Andrew Curtis Presents New Works At The House of St Barnabas In Soho

Andrew Curtis

Andrew Curtis produces images of suburban dissonance by blurring physical and psychological reality. Using our shared knowledge and preconceptions of suburbia, he questions contemporary notions of anomie, the abject and the exotic. Recurrent motifs are the shadow and anachronistic signs of cultural appropriation, significantly the Monkey Puzzle tree (Araucaria Araucana), used to decorate Victorian suburbia, and now a reminder of British colonial activity in the nineteenth century.
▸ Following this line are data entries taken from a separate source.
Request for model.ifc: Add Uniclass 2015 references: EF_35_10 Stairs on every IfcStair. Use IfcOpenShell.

First a look at what the model holds.

```python
import ifcopenshell

model = ifcopenshell.open("model.ifc")
print(model.schema)
print("classifications:", [c.Name for c in model.by_type("IfcClassification")])
for ifc_class in ("IfcDoor", "IfcRoof", "IfcStair", "IfcWall", "IfcWindow"):
    print(ifc_class, len(model.by_type(ifc_class)))
```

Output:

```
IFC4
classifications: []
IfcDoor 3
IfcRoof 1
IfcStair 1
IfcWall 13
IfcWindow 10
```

```python
import ifcopenshell
import ifcopenshell.api.classification

model = ifcopenshell.open("model.ifc")

system = ifcopenshell.api.classification.add_classification(model, classification="Uniclass 2015")

codes = {
    "IfcStair": ("EF_35_10", "Stairs"),
}
for ifc_class, (code, name) in codes.items():
    products = model.by_type(ifc_class)
    ifcopenshell.api.classification.add_reference(
        model, products=products, classification=system, identification=code, name=name
    )
    print(code, len(products))

model.write("model-out.ifc")
```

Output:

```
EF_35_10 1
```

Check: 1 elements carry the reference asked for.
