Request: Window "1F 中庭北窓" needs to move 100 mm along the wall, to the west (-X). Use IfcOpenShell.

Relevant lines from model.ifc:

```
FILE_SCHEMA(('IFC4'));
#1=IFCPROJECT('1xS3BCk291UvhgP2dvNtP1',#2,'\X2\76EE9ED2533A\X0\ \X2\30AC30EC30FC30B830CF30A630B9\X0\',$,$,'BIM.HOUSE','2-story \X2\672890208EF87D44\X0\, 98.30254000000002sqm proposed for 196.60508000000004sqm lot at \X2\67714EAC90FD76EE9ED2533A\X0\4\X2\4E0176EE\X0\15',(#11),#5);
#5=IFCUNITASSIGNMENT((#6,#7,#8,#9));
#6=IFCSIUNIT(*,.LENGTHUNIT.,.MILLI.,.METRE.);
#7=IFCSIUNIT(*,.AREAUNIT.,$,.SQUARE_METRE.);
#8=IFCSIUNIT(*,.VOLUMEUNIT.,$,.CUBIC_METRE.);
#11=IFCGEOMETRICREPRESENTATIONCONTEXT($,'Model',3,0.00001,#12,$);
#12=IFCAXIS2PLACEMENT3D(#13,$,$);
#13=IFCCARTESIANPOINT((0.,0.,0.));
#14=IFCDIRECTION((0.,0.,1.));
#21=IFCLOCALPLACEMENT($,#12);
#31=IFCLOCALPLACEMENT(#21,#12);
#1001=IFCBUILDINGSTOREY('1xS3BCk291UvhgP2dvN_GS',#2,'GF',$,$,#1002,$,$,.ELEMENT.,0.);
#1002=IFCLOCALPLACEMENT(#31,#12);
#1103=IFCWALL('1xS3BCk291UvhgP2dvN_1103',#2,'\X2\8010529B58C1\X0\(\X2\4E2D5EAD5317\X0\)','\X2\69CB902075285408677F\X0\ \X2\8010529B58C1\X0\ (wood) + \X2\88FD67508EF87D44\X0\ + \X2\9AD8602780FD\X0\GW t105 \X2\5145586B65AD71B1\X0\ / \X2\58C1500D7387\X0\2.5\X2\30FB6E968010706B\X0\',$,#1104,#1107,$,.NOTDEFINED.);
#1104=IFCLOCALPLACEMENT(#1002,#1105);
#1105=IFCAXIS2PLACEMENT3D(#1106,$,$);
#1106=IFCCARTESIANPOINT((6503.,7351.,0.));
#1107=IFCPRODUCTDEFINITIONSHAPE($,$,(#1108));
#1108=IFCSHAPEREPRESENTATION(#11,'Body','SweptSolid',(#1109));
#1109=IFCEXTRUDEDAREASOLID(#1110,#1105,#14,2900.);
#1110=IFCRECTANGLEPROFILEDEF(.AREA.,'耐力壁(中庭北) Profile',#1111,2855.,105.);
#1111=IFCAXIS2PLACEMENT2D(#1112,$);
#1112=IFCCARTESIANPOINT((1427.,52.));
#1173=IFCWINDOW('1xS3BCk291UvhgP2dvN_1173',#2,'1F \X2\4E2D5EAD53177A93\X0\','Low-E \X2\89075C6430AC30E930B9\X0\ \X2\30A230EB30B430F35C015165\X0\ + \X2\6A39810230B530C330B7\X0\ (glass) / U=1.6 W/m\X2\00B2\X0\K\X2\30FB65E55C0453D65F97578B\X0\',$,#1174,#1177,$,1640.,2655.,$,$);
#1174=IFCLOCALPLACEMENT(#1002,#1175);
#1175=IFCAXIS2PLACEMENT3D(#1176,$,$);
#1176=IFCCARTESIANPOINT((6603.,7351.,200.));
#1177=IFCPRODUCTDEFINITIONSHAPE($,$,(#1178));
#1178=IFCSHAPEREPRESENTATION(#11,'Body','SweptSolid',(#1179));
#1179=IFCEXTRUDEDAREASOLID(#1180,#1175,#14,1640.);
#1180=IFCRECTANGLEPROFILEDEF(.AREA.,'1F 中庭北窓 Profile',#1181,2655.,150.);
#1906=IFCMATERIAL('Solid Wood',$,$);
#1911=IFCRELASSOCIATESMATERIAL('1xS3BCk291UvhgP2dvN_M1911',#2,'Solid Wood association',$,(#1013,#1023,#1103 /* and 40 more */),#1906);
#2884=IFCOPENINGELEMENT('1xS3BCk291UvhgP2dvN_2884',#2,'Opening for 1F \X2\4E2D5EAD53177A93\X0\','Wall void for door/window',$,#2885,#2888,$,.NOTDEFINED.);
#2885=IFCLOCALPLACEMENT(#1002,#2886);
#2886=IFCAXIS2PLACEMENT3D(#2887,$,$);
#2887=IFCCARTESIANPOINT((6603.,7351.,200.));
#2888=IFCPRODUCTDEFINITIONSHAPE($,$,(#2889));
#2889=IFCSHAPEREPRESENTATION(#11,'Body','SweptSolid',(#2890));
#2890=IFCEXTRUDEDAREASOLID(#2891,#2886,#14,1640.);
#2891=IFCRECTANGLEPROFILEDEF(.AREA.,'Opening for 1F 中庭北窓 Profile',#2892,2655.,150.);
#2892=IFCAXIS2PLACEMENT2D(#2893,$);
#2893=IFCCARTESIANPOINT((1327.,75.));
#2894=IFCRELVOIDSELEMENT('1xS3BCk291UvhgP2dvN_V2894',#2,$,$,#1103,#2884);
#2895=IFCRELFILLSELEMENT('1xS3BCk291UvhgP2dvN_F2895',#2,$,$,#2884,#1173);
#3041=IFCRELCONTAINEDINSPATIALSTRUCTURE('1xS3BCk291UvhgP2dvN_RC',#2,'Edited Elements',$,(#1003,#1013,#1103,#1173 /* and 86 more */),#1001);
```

```python
import ifcopenshell
import ifcopenshell.api.geometry
import ifcopenshell.util.placement
import ifcopenshell.util.unit

model = ifcopenshell.open("model.ifc")
unit_scale = ifcopenshell.util.unit.calculate_unit_scale(model)

window = model.by_guid("1xS3BCk291UvhgP2dvN_1173")
opening = window.FillsVoids[0].RelatingOpeningElement
wall = opening.VoidsElements[0].RelatingBuildingElement

wall_matrix = ifcopenshell.util.placement.get_local_placement(wall.ObjectPlacement)
shift = wall_matrix[:3, 0] * -0.1 / unit_scale
before = ifcopenshell.util.placement.get_local_placement(window.ObjectPlacement)[:3, 3].copy()

# The window is not placed relative to its opening, so move both.
for product in (opening, window):
    matrix = ifcopenshell.util.placement.get_local_placement(product.ObjectPlacement)
    matrix[:3, 3] += shift
    ifcopenshell.api.geometry.edit_object_placement(model, product=product, matrix=matrix, is_si=False)

after = ifcopenshell.util.placement.get_local_placement(window.ObjectPlacement)[:3, 3]
print("window moved by", (after - before).round(3) + 0.0)

model.write("model_updated.ifc")
```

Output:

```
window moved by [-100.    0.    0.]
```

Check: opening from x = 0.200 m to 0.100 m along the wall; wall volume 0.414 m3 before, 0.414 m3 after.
In a brand new show, organised by PayneShurvell at the House of St Barnabas Curtis presents  ‘Head of a Man 1’ and ‘Head of Man 2′ where he paints the background space of Nigel Henderson’s ‘Head of a Man’ (1956) in thinned household enamel over large-format monochrome photographs of a colonialist’s exotic winter garden, built in Eltham in the 1880s. Funded by self-made millionaire ‘Colonel’ John Thomas, the winter garden was made to bring ‘taste’ to the masses of south London, from which a post-war suburb grew. These works are the exact dimensions of Henderson’s original collage on board and the photographs were taken by Joolz Ingram following Andrew Curtis’s instructions.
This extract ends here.